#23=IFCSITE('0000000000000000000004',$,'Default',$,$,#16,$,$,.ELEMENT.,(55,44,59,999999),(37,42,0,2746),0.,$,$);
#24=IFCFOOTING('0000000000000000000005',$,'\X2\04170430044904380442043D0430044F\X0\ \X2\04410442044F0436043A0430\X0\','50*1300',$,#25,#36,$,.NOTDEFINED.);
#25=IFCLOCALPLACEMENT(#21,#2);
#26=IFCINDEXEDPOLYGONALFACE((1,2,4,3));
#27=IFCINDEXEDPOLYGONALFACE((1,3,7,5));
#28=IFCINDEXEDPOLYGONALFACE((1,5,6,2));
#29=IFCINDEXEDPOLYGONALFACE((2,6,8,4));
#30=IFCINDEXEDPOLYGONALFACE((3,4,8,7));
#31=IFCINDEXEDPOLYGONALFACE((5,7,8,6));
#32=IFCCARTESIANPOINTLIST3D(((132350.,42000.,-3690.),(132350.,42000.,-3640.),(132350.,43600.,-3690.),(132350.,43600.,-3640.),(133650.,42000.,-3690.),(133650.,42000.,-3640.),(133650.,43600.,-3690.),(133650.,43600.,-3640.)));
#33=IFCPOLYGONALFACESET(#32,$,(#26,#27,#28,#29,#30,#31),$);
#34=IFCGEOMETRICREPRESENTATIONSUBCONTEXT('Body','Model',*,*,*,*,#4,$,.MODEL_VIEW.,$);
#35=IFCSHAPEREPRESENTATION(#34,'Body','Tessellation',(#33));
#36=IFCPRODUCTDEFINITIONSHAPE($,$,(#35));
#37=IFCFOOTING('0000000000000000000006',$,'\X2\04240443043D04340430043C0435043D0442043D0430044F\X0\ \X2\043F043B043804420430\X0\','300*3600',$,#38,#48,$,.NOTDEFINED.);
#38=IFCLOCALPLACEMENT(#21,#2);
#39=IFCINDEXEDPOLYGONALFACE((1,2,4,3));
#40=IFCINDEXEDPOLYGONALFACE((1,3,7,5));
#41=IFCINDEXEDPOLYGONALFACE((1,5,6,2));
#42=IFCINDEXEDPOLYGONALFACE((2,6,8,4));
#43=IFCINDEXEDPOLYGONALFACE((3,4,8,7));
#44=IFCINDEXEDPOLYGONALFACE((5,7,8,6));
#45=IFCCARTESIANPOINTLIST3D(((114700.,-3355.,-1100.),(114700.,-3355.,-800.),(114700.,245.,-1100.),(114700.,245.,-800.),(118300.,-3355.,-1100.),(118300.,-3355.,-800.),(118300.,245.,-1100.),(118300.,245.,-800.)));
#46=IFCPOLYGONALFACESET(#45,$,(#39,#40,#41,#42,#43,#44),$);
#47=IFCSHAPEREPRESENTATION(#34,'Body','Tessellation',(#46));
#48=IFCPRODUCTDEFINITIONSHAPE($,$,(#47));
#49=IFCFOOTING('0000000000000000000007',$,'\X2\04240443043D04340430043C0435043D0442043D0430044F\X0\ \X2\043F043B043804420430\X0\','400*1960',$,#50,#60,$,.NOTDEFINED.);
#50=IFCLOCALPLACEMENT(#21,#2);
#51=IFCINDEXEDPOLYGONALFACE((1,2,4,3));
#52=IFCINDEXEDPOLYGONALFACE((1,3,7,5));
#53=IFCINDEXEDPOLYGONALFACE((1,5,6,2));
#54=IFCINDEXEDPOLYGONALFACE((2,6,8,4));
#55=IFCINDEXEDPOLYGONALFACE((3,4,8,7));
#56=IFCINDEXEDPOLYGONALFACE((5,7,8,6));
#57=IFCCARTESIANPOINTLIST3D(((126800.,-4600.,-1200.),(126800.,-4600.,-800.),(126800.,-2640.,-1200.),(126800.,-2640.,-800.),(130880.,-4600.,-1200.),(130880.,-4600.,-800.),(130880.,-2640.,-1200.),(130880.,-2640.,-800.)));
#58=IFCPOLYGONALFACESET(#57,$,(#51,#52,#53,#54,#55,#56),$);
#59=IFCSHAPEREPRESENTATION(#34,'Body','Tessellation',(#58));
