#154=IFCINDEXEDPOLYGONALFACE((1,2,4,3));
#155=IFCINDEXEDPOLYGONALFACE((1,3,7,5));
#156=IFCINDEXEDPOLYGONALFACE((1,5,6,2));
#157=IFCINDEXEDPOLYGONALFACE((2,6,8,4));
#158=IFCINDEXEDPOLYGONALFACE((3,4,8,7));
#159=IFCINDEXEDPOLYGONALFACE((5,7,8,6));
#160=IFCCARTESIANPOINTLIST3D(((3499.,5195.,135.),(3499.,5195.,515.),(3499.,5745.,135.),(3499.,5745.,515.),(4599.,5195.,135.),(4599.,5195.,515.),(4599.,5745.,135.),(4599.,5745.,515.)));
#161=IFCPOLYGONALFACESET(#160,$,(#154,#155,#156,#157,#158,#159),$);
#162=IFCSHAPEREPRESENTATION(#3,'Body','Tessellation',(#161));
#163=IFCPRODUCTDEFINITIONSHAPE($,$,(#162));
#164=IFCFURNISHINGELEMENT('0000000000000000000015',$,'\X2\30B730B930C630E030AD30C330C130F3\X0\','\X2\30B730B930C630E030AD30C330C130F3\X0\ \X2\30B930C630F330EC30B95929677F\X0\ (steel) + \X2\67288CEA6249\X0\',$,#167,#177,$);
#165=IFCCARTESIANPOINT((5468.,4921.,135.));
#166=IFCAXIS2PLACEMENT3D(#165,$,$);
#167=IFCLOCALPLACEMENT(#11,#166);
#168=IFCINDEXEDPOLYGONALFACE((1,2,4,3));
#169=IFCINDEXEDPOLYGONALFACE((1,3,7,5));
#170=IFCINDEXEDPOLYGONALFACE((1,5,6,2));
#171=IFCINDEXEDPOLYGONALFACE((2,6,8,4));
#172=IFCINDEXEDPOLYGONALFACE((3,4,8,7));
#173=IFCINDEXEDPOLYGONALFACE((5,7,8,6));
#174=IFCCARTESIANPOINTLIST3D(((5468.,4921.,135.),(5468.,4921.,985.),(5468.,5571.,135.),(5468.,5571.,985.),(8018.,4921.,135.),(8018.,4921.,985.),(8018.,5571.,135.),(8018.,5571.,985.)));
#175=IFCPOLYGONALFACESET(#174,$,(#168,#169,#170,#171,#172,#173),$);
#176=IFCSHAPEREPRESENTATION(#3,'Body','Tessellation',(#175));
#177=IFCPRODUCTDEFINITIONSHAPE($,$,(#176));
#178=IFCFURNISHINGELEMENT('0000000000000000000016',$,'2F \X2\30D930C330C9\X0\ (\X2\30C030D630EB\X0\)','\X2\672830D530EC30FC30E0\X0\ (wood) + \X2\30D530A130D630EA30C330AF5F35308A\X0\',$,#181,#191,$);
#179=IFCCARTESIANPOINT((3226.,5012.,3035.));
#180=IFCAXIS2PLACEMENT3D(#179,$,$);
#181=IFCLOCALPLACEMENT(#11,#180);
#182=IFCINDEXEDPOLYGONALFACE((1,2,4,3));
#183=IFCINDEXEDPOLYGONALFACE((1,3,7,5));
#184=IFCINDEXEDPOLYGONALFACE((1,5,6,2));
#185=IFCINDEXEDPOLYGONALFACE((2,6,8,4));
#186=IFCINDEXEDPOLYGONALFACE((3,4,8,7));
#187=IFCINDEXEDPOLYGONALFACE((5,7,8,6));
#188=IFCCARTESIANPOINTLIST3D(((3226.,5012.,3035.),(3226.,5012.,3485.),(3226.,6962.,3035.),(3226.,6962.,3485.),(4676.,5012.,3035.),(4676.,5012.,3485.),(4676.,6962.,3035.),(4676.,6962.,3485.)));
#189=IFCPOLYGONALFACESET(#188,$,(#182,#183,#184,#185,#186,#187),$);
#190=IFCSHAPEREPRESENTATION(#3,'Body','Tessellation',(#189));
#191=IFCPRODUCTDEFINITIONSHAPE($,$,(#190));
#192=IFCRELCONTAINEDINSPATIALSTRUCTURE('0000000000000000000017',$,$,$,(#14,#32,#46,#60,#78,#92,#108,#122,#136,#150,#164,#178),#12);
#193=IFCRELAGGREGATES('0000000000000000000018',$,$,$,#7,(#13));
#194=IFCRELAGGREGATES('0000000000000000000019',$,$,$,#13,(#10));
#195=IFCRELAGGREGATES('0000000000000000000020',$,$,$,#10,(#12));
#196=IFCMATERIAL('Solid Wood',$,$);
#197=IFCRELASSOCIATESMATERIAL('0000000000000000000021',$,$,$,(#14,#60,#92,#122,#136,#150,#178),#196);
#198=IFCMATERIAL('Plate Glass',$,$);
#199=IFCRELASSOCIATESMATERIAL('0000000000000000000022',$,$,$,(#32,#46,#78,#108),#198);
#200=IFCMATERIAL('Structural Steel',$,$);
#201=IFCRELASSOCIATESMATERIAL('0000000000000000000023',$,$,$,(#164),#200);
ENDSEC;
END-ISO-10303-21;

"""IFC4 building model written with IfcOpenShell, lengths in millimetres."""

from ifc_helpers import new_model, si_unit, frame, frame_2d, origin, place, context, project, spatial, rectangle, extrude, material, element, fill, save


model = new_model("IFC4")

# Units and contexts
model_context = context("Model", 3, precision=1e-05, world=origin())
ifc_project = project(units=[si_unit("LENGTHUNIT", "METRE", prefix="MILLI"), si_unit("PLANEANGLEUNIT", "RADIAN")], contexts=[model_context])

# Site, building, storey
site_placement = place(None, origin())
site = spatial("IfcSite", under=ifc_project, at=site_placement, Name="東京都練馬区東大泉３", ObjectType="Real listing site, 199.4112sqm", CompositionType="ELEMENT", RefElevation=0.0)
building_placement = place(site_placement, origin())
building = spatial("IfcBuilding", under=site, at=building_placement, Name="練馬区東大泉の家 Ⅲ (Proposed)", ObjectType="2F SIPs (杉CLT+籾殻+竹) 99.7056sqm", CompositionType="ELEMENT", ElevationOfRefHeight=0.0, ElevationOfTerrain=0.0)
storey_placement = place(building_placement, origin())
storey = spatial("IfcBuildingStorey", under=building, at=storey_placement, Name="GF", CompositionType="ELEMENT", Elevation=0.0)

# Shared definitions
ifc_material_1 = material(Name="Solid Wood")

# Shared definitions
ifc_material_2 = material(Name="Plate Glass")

What you should do —
Transcribe the lines above between the line holding "3, precision=1e-05, world=origin())" and the line holding "building_placement = place(site_placement, origin())", inclusive, exactly as they stand and with nothing added.

Solution for this task —
model_context = context("Model", 3, precision=1e-05, world=origin())
ifc_project = project(units=[si_unit("LENGTHUNIT", "METRE", prefix="MILLI"), si_unit("PLANEANGLEUNIT", "RADIAN")], contexts=[model_context])

# Site, building, storey
site_placement = place(None, origin())
site = spatial("IfcSite", under=ifc_project, at=site_placement, Name="東京都練馬区東大泉３", ObjectType="Real listing site, 199.4112sqm", CompositionType="ELEMENT", RefElevation=0.0)
building_placement = place(site_placement, origin())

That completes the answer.